赵云和苏岩对视着笑了笑,手交握相牵着。魏延抽动了下唇角,还是忍住了没说什么。两个男子十指交扣着这样牵手,看起来还真有些怪异的感觉。不过苏岩本尊到底是个女子,屋里也没外人,随他们去就是了。甚至不无有趣的想,这段时间,恐怕赵云有够呛的。
他在这儿没事做,可没少去八大胡同之类的地方逛。有几次也是邀约过赵云的,不过他都给推了。想来也是,苏岩在呢,他敢那么做?赵云惧内的名声可是早就传遍小沛了,他同样也有耳闻。不过他只是当苏岩在赵云才没胆去罢了,却不知道,就算苏岩不再这里,赵云一样不会去那种地方闲晃。有那个时间,还不如多打几趟拳来的舒爽。

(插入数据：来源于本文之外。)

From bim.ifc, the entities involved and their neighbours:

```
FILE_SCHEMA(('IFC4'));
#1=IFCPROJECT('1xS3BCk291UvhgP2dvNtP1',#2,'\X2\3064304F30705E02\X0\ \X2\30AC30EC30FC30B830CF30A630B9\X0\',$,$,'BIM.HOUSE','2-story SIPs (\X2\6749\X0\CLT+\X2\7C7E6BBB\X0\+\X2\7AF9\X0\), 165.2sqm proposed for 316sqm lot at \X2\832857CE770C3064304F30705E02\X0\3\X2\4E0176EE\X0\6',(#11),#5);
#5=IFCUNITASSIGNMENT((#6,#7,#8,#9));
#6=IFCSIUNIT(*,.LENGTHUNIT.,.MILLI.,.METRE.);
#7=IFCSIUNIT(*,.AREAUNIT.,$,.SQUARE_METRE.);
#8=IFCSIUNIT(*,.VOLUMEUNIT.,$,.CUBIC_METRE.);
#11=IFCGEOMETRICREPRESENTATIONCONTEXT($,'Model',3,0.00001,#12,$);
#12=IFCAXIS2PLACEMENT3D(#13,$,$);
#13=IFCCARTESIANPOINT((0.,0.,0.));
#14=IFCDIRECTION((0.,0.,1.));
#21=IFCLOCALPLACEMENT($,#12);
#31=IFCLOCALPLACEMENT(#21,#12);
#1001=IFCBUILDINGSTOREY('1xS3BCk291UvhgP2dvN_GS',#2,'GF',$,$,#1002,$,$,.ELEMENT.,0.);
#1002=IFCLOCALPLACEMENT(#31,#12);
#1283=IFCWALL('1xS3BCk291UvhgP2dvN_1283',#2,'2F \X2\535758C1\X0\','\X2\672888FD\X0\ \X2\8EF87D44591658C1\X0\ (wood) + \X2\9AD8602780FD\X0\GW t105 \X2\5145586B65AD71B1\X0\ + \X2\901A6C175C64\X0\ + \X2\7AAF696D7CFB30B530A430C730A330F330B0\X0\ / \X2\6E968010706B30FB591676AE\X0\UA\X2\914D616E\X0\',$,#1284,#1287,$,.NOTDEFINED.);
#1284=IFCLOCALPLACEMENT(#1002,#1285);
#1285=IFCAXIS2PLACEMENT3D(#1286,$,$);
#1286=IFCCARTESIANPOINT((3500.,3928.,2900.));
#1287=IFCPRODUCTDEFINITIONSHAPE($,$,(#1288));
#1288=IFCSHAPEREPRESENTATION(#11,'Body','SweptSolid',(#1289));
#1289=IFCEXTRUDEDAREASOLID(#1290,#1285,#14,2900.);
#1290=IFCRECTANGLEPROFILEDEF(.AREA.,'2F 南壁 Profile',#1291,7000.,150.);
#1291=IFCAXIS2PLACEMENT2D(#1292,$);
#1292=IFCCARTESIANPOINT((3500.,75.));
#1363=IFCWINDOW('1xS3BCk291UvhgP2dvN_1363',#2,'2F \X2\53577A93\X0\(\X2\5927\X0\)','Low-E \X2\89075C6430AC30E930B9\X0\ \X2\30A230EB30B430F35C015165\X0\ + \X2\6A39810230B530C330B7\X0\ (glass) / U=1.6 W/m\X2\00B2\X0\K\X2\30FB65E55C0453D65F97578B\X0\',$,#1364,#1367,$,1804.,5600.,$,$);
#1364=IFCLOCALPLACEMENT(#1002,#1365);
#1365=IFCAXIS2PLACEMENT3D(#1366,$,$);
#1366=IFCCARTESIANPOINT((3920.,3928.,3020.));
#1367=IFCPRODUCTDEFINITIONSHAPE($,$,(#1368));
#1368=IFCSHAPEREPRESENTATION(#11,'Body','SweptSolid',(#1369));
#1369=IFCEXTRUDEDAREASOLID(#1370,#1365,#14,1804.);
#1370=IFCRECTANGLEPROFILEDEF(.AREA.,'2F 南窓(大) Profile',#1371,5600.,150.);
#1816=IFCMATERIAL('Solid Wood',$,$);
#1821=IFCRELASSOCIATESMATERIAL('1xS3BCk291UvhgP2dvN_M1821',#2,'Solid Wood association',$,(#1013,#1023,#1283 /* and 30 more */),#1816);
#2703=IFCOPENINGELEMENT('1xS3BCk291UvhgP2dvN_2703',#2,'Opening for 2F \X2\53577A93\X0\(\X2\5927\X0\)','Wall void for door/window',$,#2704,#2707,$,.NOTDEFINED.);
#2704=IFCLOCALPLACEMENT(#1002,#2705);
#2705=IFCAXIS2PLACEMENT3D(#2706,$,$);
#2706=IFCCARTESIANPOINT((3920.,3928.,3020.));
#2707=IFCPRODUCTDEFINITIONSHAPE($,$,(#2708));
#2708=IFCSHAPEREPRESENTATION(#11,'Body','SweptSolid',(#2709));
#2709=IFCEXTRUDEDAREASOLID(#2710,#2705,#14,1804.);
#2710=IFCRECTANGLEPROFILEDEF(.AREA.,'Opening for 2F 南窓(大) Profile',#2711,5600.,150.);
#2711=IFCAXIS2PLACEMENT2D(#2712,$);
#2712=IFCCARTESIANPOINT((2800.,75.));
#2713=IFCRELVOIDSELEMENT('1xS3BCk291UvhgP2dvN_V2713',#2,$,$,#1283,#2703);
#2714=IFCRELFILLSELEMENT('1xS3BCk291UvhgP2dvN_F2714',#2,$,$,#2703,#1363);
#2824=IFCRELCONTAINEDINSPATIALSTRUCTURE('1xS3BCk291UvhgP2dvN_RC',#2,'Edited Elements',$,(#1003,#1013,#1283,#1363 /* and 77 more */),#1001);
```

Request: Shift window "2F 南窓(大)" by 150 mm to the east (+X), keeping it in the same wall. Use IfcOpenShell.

```python
import ifcopenshell
import ifcopenshell.api.geometry
import ifcopenshell.util.placement
import ifcopenshell.util.unit

model = ifcopenshell.open("bim.ifc")
unit_scale = ifcopenshell.util.unit.calculate_unit_scale(model)

window = model.by_guid("1xS3BCk291UvhgP2dvN_1363")
opening = window.FillsVoids[0].RelatingOpeningElement
wall = opening.VoidsElements[0].RelatingBuildingElement

wall_matrix = ifcopenshell.util.placement.get_local_placement(wall.ObjectPlacement)
shift = wall_matrix[:3, 0] * 0.15 / unit_scale
before = ifcopenshell.util.placement.get_local_placement(window.ObjectPlacement)[:3, 3].copy()

# The window is not placed relative to its opening, so move both.
for product in (opening, window):
    matrix = ifcopenshell.util.placement.get_local_placement(product.ObjectPlacement)
    matrix[:3, 3] += shift
    ifcopenshell.api.geometry.edit_object_placement(model, product=product, matrix=matrix, is_si=False)

after = ifcopenshell.util.placement.get_local_placement(window.ObjectPlacement)[:3, 3]
print("window moved by", (after - before).round(3) + 0.0)

model.write("bim_v2.ifc")
```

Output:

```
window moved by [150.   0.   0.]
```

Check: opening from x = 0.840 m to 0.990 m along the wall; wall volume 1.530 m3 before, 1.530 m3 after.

这刺激的一天很快就过去了,铁盒子最终是让别人守着去敲打,见过蛊母的那几位,是在没勇气靠近那个铁盒。而其他人虽然好奇,但因为苏岩有言在先,到底没有人又胆子揭开来看看。开玩笑,光是看就让那些人如此了,若是真钻进自己身体里去,他们还要不要活了?
夜晚来临时,刘琦站在苏岩房门口,犹豫着要不要进去。
他不知道自己为什么会突然走到这里,只是方才走着走着,竟然莫名的走了过来。
等发觉自己走到了苏岩的院子外,他的手都已经举了起来。
正当他要敲下去的那一刻,房门忽然拉开,两人一个照面,都是一愣。
“大公子?”赵云看了刘琦一眼,缩回正要跨出去的脚:“你来找苏岩吗?”
“苏岩?”刘琦愣了一下,这些日子一直是苏先生苏先生这么叫着,他都没发现自己居然不知道她的名字。这会听赵云说出来,却又有种奇怪的感觉。
“子龙哥哥,怎么了?”苏岩没看见刘琦,方才赵云说要走了,可是又停在门口,便好奇的问了一句。
子龙哥哥?好亲昵的称呼……刘琦感觉自己的心底溢出一丝不舒服的感觉来,皱了皱眉头。
“大公子来了,”赵云回头,对她一笑。他真是喜欢这种不期而然的巧合,这么巧,偏偏这时候让刘琦听见这么一个称呼,想必心里会不太舒服吧?
刘琦?苏岩怔了怔,也没多想,站起来,走到门口。
赵云侧开半个身子,让她站在自己身前。
“大公子,这么晚来找我,有事吗?”苏岩疑惑的看向刘琦,问道。
月光下,少年清秀俊美的脸庞,带着淡淡的困惑,那么干净而清澈的眼眸,直直的撞入他的眼底。(未完待续,如欲知后事如何,请登陆***,章节更多,支持作者,支持正版阅读!)(未完待续)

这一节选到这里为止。